The change in nonoperating (income) expense for the three months ended September 30, 2009 compared to the prior year quarter was primarily due to a decrease in interest rates and the amount of outstanding balances of our cash and investment balances. For the nine months ended September 30, 2009 we recorded a gain for the mark-to-market adjustment for a warrant received from a customer (Suntech) of $3.7 million compared to a loss of $231.3 million for the same period in 2008. Changes in the value of the warrant are mainly a result of changes in the price of Suntech's ordinary shares underlying the warrant. The price of Suntech's ordinary shares was $15.20, $11.70, $35.87 and $82.32 at September 30, 2009, December 31, 2008, September 30, 2008 and December 31, 2007, respectively.

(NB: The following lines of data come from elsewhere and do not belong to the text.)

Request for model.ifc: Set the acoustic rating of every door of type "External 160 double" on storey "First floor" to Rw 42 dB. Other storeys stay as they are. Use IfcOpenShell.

First a look at what the model holds.

```python
import ifcopenshell
import ifcopenshell.util.element

model = ifcopenshell.open("model.ifc")
print(model.schema)
storey = next(s for s in model.by_type("IfcBuildingStorey") if s.Name == "First floor")
doors = [e for e in ifcopenshell.util.element.get_decomposition(storey) if e.is_a("IfcDoor")]
seen = {}
for e in doors:
    element_type = ifcopenshell.util.element.get_type(e)
    key = (element_type.Name if element_type != e and element_type else None, ifcopenshell.util.element.get_pset(e, "Pset_DoorCommon", "AcousticRating"))
    seen[key] = seen.get(key, 0) + 1
for (name, value), count in sorted(seen.items(), key=str):
    print(count, "x", name, "|", value)
```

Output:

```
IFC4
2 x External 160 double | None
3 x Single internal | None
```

```python
import ifcopenshell
import ifcopenshell.api.pset
import ifcopenshell.util.element

model = ifcopenshell.open("model.ifc")

storey = next(s for s in model.by_type("IfcBuildingStorey") if s.Name == "First floor")
doors = [e for e in ifcopenshell.util.element.get_decomposition(storey) if e.is_a("IfcDoor")]

count = 0
for e in doors:
    element_type = ifcopenshell.util.element.get_type(e)
    if element_type in (None, e) or element_type.Name != "External 160 double":
        continue
    # add_pset returns the element's existing set when there is one.
    pset = ifcopenshell.api.pset.add_pset(model, product=e, name="Pset_DoorCommon")
    ifcopenshell.api.pset.edit_pset(model, pset=pset, properties={"AcousticRating": "Rw 42 dB"})
    count += 1

print(count, "doors updated")

model.write("model_updated.ifc")
```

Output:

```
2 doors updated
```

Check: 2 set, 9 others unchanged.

--------------------------------------------------------------------------------
                                                  Three Months Ended             Nine Months Ended
                                                     September 30,                 September 30,
Income Taxes                                      2009            2008          2009           2008
Dollars in millions
Income Tax (Benefit) Expense                    $    (6.3 )      $ 38.1       $   (34.9 )     $ 160.0
Income Tax Rate as a % of Income (Loss)
before Income Taxes                                   9.2 %        17.2 %          37.4 %        33.3 %

During the three months ended September 30, 2009, we recorded an income tax benefit of $6.3 million and an effective tax rate of 9.2%, compared to income tax expense of $38.1 million and an effective tax rate of 17.2% during the same period in the prior year. The income tax benefit for the 2009 third quarter primarily resulted from tax losses in higher rate jurisdictions offset by taxable income in lower rate jurisdictions. Our income tax benefit was reduced in the three months ended September 30, 2009 by the unrecognized benefit recognized as discussed below. During the nine months ended September 30, 2009, we recorded an income tax benefit of $34.9 million compared to an income tax expense of $160.0 million for the nine months ended September 30, 2008. The effective tax rate was 37.4% and 33.3% for the nine months ended September 30, 2009 and 2008, respectively.

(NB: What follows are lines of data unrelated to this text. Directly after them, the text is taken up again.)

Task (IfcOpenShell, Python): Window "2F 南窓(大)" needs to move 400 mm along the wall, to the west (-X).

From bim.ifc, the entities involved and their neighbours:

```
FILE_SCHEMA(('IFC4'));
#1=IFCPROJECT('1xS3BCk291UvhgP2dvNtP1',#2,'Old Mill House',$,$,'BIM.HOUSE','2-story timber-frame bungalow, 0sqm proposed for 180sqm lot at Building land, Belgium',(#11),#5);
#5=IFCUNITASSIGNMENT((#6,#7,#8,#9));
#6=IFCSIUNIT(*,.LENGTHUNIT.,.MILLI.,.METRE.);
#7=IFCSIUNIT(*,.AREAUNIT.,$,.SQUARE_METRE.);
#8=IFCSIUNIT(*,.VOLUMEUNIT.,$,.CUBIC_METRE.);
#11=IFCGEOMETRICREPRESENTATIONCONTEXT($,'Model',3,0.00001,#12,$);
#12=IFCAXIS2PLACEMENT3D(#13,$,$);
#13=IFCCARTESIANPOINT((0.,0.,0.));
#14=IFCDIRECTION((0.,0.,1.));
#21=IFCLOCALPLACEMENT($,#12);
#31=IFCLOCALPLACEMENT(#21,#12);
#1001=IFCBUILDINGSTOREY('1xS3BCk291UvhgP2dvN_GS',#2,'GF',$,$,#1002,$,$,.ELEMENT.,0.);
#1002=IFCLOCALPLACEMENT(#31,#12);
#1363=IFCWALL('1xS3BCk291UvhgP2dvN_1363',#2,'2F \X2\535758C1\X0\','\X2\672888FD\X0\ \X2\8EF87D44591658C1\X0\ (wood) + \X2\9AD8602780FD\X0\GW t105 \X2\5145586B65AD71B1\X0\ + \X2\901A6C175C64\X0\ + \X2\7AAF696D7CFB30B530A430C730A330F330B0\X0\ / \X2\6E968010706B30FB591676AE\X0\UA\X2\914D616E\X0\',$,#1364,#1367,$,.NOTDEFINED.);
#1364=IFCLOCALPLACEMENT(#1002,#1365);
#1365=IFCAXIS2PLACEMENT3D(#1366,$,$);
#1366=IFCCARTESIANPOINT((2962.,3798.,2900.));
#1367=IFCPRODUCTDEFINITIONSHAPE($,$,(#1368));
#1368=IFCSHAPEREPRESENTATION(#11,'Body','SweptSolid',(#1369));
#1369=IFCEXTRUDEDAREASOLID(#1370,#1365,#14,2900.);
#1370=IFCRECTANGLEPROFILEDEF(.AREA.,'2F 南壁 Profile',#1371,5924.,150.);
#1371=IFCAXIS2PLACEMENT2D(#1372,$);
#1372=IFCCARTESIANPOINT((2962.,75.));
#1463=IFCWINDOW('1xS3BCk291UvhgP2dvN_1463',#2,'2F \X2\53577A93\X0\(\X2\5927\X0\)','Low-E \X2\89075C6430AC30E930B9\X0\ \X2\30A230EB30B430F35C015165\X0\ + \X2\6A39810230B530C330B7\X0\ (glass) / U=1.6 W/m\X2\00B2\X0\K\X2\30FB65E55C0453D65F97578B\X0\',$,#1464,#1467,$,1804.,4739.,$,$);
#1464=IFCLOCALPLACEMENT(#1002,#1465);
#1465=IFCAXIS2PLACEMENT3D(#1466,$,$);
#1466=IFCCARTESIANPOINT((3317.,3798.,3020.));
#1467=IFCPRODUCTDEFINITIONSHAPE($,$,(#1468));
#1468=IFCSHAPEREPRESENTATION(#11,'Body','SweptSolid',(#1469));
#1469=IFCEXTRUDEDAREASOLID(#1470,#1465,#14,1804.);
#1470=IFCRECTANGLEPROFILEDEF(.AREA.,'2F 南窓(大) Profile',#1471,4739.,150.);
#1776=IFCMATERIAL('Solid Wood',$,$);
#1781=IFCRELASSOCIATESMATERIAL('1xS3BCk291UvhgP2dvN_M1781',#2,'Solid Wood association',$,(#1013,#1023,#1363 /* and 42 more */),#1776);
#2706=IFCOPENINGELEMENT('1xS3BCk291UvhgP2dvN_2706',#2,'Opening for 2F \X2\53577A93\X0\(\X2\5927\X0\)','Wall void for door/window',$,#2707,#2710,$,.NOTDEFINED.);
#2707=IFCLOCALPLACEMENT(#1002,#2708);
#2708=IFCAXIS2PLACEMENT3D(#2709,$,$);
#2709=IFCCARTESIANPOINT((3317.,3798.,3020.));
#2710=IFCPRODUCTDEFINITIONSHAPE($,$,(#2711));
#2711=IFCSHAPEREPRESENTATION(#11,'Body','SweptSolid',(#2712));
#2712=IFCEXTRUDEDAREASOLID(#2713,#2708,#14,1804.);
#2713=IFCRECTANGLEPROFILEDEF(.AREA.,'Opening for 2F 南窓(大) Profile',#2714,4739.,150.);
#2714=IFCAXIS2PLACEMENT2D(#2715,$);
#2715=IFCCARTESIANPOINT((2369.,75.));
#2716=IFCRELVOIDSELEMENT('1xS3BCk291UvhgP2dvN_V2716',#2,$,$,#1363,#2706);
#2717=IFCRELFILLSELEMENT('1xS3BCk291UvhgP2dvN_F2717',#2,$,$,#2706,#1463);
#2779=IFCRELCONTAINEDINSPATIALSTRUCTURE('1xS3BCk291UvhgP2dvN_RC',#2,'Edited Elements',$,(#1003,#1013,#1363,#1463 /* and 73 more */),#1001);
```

```python
import ifcopenshell
import ifcopenshell.api.geometry
import ifcopenshell.util.placement
import ifcopenshell.util.unit

model = ifcopenshell.open("bim.ifc")
unit_scale = ifcopenshell.util.unit.calculate_unit_scale(model)

window = model.by_id(1463)
opening = window.FillsVoids[0].RelatingOpeningElement
wall = opening.VoidsElements[0].RelatingBuildingElement

wall_matrix = ifcopenshell.util.placement.get_local_placement(wall.ObjectPlacement)
shift = wall_matrix[:3, 0] * -0.4 / unit_scale
before = ifcopenshell.util.placement.get_local_placement(window.ObjectPlacement)[:3, 3].copy()

# The window is not placed relative to its opening, so move both.
for product in (opening, window):
    matrix = ifcopenshell.util.placement.get_local_placement(product.ObjectPlacement)
    matrix[:3, 3] += shift
    ifcopenshell.api.geometry.edit_object_placement(model, product=product, matrix=matrix, is_si=False)

after = ifcopenshell.util.placement.get_local_placement(window.ObjectPlacement)[:3, 3]
print("window moved by", (after - before).round(3) + 0.0)

model.write("bim_edited.ifc")
```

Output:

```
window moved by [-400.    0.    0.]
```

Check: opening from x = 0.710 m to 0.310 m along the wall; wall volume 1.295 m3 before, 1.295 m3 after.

We recorded a tax benefit on all available tax losses that can be carried back under local law because there is sufficient taxable income in the allowable carry-back period to absorb those losses. There was no valuation allowance of deferred tax assets attributable to subsidiaries with tax loss carryforwards due to anticipated taxable income within the tax loss carryforward period allowable under the law in the respective countries of five to seven years.

We are currently under examination by the Internal Revenue Service ("IRS") for the 2006 and 2007 tax years. During the quarter ended September 30, 2009, we received proposed adjustments from the IRS related to various cost allocations and taxable income adjustments attributable to our foreign operations during the periods under audit. We disagree with these adjustments and intend to vigorously contest them. We believe it is reasonably possible that the examination could be completed within the next twelve months. The amount of adjustment, if any, and the timing of such adjustment, however, are not reasonably estimable at this time.

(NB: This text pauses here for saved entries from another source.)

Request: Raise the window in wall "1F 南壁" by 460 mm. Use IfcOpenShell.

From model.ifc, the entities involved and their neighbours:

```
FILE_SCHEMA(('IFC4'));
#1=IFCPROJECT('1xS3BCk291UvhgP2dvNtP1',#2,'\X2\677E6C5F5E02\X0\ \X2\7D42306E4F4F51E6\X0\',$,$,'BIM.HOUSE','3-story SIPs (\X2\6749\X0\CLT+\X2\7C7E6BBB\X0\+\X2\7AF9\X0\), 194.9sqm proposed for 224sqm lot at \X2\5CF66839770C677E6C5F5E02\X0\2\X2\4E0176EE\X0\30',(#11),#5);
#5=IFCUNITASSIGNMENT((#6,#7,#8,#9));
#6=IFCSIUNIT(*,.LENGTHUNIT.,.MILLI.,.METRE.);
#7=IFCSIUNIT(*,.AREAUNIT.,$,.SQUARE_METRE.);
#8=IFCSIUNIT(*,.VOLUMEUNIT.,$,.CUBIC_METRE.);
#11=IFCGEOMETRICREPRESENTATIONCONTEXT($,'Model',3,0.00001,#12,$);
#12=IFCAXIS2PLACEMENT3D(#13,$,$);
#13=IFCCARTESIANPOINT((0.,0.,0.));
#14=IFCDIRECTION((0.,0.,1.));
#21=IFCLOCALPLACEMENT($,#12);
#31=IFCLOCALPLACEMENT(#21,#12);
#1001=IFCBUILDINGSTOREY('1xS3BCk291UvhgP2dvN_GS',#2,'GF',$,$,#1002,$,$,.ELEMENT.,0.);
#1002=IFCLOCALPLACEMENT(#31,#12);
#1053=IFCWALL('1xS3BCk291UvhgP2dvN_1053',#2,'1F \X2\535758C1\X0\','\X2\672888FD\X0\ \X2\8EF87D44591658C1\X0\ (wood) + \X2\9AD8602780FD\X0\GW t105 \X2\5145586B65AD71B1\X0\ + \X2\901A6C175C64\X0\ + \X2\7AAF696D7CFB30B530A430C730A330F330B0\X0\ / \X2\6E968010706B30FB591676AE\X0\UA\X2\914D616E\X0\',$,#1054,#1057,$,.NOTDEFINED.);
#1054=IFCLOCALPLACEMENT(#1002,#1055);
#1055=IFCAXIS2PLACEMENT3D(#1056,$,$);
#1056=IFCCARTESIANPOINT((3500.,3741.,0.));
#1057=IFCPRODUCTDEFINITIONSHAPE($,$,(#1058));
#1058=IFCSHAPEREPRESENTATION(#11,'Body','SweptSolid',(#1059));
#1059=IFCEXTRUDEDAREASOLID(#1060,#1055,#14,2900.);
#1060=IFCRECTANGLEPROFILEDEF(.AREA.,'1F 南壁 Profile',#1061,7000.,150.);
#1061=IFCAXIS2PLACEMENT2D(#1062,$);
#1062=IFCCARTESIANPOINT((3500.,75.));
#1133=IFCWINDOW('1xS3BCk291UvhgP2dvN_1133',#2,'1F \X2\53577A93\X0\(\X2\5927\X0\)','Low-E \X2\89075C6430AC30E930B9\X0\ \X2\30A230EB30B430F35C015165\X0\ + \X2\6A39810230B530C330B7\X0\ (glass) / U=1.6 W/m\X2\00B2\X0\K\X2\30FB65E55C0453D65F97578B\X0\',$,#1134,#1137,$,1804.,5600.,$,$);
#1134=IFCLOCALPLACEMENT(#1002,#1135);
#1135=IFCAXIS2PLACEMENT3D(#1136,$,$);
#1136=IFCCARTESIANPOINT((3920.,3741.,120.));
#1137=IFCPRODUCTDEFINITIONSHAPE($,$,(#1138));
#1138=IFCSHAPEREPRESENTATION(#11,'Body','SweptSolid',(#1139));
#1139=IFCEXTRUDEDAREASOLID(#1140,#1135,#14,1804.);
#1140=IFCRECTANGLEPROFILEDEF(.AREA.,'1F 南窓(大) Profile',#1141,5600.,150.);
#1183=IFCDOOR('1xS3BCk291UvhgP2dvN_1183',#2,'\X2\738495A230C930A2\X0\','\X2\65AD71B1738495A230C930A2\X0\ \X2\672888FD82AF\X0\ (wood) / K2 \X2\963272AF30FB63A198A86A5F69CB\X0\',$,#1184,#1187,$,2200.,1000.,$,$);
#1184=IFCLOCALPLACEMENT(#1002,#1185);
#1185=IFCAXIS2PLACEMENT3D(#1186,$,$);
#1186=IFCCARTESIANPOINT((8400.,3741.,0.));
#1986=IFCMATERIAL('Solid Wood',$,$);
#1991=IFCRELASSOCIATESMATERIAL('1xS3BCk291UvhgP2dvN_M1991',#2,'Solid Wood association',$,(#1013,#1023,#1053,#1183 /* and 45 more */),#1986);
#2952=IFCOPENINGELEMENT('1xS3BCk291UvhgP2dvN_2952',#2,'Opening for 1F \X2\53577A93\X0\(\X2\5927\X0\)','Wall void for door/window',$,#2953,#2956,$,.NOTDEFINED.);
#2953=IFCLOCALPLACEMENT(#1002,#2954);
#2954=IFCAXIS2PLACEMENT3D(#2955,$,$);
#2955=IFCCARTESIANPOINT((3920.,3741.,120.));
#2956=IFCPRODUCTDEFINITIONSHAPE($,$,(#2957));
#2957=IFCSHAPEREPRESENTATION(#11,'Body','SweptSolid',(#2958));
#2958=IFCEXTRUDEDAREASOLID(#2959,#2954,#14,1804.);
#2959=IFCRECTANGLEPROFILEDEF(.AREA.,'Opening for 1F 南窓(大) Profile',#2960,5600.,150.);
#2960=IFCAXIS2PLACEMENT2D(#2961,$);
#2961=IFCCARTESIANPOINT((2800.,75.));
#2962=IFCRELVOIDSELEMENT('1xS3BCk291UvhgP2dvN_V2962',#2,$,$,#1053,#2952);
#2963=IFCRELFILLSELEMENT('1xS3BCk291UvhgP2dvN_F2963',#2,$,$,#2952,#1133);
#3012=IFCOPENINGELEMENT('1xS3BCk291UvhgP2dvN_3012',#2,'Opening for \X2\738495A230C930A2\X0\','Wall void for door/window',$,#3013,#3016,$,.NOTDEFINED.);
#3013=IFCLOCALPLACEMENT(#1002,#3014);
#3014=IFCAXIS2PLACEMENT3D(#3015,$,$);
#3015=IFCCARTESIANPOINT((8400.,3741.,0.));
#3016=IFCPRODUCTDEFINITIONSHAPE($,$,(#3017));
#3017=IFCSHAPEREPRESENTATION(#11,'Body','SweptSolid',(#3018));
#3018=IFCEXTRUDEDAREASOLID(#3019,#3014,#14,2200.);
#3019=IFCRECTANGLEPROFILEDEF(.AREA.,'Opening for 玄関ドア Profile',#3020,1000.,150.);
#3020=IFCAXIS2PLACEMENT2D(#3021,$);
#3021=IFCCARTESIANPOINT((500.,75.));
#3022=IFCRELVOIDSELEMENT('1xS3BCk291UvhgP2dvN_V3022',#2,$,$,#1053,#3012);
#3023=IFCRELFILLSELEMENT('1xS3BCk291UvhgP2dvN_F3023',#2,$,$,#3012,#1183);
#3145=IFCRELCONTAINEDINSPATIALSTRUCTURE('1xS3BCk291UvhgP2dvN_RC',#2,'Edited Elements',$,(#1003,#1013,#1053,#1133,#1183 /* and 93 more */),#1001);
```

```python
import numpy as np
import ifcopenshell
import ifcopenshell.api.geometry
import ifcopenshell.util.placement
import ifcopenshell.util.unit

model = ifcopenshell.open("model.ifc")
unit_scale = ifcopenshell.util.unit.calculate_unit_scale(model)

window = model.by_guid("1xS3BCk291UvhgP2dvN_1133")
opening = window.FillsVoids[0].RelatingOpeningElement
dz = 0.46 / unit_scale

shift = np.array([0.0, 0.0, dz])
# The window is not placed relative to its opening, so move both.
for product in (opening, window):
    matrix = ifcopenshell.util.placement.get_local_placement(product.ObjectPlacement)
    matrix[:3, 3] += shift
    ifcopenshell.api.geometry.edit_object_placement(model, product=product, matrix=matrix, is_si=False)

print(f"moved by {dz * unit_scale:+.3f} m")

model.write("model-out.ifc")
```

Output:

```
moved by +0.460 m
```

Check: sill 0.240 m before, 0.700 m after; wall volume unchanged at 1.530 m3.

We believe our tax positions are in compliance with applicable tax laws and regulations. We routinely review our estimate for our uncertain tax positions and during the quarter ended September 30, 2009 increased the unrecognized benefit by $19.2 million, including amounts related to interest and penalties for previously identified issues. There is a risk that the amounts ultimately resolved could be materially different from the amounts previously included or reserved for in our income tax liabilities and could therefore have a material impact on our tax provision, net income, tax liabilities and cash flows in future periods.

During the nine months ended September 30, 2009, we recorded additional tax expense of approximately $3.4 million primarily related to interest and penalties assessed by taxing authorities related to exams for the 2006 and 2007 tax years.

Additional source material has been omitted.